After Sprawl came Adelaide band Horror My Friend, another post-punk outfit making the room buzz with a hornets’ nest of guitar over drums that are played with wild abandon. They picked up the pace from Sprawl with a sunny, optimistic surf sound that makes you long for summer.

They’re nicely placed before the much darker “dream doom stoner rock” trio Puck, whose more sprawling than Sprawl’s sounds took the evening well into the dark night. Puck uses rhythmic unison riffs across the guitar and bass that open out to a drone with sustained chords, the kind of stuff that you can let your heavy stoner thoughts wander to.

Fourth on the bill was Mt. Mountain, who carried on from the stoner rock feel established by Puck, shaking off the metal riffs and adding some echoey reverb to the sound. The Perth five-piece seem to have been on a long sojourn out in the Mojave desert, stopping off in the Mississippi Delta for an infusion of languid swampy blues.

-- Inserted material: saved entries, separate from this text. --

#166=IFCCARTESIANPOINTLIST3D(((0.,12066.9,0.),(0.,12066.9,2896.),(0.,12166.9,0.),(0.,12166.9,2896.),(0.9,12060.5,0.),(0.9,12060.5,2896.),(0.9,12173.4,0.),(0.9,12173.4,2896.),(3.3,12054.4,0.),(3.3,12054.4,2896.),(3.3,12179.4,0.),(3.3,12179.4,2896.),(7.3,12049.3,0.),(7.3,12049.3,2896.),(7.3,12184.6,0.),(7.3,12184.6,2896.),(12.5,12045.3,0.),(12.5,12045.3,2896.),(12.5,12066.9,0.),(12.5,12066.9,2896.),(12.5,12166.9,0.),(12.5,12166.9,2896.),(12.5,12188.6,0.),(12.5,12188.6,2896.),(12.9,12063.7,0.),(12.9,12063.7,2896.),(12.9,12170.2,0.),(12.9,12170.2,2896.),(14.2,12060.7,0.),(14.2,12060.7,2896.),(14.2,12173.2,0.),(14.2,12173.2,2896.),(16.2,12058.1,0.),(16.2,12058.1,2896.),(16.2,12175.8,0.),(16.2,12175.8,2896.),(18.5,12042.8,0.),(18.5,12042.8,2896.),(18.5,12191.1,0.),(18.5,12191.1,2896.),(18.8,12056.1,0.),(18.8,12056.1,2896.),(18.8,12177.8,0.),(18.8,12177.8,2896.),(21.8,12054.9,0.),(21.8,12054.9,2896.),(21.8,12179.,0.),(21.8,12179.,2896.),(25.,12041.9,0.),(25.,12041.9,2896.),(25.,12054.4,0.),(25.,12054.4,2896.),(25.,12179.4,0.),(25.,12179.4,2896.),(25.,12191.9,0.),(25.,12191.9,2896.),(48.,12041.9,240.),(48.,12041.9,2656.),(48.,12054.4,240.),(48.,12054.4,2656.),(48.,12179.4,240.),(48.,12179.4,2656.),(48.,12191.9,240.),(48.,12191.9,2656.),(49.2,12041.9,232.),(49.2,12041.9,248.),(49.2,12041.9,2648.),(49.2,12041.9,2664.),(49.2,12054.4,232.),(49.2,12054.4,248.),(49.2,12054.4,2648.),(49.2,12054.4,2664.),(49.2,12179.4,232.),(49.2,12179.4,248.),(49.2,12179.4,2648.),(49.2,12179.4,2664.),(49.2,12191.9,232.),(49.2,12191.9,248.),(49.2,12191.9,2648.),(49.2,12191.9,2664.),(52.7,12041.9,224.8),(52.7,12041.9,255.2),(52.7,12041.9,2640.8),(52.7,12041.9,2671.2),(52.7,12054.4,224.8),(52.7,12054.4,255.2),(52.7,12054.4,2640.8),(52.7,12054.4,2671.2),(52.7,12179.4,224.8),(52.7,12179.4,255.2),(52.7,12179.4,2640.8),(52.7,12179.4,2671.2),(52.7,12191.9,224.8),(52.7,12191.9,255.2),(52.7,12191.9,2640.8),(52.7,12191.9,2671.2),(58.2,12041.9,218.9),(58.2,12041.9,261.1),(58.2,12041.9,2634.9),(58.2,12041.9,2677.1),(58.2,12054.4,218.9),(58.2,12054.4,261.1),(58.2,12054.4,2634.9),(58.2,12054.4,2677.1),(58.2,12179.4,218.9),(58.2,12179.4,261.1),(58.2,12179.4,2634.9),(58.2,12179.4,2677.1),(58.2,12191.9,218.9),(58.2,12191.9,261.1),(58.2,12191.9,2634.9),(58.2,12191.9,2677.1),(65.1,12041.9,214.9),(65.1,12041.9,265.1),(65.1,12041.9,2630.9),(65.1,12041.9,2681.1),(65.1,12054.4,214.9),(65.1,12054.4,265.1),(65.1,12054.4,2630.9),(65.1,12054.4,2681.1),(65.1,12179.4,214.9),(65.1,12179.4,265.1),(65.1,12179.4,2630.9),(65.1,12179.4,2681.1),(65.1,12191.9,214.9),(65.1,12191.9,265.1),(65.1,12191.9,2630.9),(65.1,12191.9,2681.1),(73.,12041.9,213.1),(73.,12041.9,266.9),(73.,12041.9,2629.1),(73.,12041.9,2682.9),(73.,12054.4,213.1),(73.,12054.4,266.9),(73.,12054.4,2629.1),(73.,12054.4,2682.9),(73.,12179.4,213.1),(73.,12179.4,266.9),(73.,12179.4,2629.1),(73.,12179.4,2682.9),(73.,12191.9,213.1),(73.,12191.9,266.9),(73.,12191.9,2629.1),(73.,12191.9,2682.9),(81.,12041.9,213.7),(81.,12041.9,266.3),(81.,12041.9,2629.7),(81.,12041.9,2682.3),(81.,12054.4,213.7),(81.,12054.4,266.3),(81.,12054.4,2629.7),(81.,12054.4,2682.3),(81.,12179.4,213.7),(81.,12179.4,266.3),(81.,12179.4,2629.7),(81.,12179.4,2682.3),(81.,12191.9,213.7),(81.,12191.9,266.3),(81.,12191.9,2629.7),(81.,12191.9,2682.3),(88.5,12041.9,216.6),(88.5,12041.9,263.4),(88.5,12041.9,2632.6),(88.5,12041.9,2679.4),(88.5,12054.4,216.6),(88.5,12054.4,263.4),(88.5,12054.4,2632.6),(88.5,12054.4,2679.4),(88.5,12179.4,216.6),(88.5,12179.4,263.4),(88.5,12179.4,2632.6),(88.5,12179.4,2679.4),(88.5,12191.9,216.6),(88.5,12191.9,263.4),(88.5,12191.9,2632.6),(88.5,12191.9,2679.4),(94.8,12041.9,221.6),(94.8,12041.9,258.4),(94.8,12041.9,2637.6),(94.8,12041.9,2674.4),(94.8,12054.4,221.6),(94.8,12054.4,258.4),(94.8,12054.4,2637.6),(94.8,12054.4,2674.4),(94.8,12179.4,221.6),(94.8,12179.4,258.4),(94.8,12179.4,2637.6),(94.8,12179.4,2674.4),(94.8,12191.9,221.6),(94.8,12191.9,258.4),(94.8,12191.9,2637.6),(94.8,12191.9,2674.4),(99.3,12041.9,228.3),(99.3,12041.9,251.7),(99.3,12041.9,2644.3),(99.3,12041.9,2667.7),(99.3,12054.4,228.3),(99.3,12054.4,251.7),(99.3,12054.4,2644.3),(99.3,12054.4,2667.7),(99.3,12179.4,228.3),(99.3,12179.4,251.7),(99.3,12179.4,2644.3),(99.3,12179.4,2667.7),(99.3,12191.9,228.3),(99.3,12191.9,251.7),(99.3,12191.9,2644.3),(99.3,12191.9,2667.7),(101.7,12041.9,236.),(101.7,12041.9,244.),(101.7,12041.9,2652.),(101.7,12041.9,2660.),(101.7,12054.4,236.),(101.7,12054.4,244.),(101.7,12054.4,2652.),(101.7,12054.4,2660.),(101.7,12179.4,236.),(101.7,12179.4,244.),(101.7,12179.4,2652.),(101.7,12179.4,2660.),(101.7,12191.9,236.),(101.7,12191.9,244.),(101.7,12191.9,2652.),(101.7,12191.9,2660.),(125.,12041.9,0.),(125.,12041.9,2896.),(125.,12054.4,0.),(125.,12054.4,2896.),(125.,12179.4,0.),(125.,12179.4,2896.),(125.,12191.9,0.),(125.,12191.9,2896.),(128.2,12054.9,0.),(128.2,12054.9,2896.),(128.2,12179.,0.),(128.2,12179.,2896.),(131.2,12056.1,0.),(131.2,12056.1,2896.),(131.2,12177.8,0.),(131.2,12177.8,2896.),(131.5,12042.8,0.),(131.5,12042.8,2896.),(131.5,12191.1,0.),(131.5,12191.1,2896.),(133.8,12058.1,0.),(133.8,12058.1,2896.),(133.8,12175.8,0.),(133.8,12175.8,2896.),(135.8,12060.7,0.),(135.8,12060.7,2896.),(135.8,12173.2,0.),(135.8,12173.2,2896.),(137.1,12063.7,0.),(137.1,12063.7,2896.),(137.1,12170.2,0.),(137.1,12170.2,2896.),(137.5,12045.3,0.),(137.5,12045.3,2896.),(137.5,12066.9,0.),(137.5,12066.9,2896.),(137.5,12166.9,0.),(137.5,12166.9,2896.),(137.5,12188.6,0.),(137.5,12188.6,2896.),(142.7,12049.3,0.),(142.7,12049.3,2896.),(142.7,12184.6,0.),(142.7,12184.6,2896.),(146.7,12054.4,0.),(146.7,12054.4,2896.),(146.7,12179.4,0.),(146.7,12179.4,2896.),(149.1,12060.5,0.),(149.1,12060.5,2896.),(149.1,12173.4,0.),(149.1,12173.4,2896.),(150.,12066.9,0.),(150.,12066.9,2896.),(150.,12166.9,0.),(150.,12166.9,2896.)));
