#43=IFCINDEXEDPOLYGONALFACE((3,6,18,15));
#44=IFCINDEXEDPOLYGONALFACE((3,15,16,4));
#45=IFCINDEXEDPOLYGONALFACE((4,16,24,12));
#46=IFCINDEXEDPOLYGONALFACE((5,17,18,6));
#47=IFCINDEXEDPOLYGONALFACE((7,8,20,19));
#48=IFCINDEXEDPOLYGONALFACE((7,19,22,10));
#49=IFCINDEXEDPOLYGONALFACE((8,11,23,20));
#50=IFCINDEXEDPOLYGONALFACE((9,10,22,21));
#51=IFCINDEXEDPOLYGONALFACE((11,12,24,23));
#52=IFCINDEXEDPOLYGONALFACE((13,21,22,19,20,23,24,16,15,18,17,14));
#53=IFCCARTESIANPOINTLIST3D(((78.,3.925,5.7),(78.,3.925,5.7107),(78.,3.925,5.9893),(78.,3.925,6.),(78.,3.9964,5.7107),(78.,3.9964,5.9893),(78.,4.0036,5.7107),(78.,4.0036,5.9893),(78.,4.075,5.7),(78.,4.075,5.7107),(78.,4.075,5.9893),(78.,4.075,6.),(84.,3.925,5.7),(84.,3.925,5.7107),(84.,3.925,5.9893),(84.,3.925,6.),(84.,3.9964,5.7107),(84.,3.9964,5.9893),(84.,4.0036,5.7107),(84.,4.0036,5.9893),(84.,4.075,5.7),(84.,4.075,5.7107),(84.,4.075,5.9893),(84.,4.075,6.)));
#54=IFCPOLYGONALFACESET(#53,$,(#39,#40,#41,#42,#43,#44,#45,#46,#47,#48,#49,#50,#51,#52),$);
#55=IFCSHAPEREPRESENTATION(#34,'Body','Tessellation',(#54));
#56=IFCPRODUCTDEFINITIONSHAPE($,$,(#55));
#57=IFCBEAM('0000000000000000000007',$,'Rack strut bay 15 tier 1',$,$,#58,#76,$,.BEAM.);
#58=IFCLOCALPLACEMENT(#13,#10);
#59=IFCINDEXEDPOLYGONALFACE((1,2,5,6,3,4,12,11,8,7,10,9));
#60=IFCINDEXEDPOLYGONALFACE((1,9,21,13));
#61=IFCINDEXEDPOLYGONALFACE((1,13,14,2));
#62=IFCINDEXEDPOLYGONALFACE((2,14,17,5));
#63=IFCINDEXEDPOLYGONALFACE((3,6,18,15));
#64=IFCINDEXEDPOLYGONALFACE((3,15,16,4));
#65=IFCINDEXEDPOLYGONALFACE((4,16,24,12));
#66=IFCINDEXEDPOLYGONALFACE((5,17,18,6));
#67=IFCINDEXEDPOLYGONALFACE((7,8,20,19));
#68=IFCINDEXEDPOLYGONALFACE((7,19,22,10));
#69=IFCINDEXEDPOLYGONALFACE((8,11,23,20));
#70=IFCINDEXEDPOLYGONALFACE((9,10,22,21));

At last, the tour of rock influences culminated with the entry of The Love Junkies to the Rosemount stage, whose pithy, catchy tunes incorporated hints of all the sounds that had preceded them on stage. Each track was a uniquely different experience, proving that the Junkies are adept at many different styles. But rather than giving the impression that they’re searching for a musical identity, they’re avoiding being pigeonholed and demonstrating what has made them rise to the fore. They’re a tight, driven ensemble that draws a hugely enthusiastic response from the crowd, with shirtless fans rushing the stage and crowd-surfing in a kind of reckless, Freo good-vibe freakout. There is plenty of hard stuff to bang your head to, but it’s not mindless; there is some musical method behind the madness, intentional or not.

The result was a high energy set that had the power to knock the wind out of one particular asthmatic fan, and left the rest of the crowd considerably sweatier and more naked than when they came in.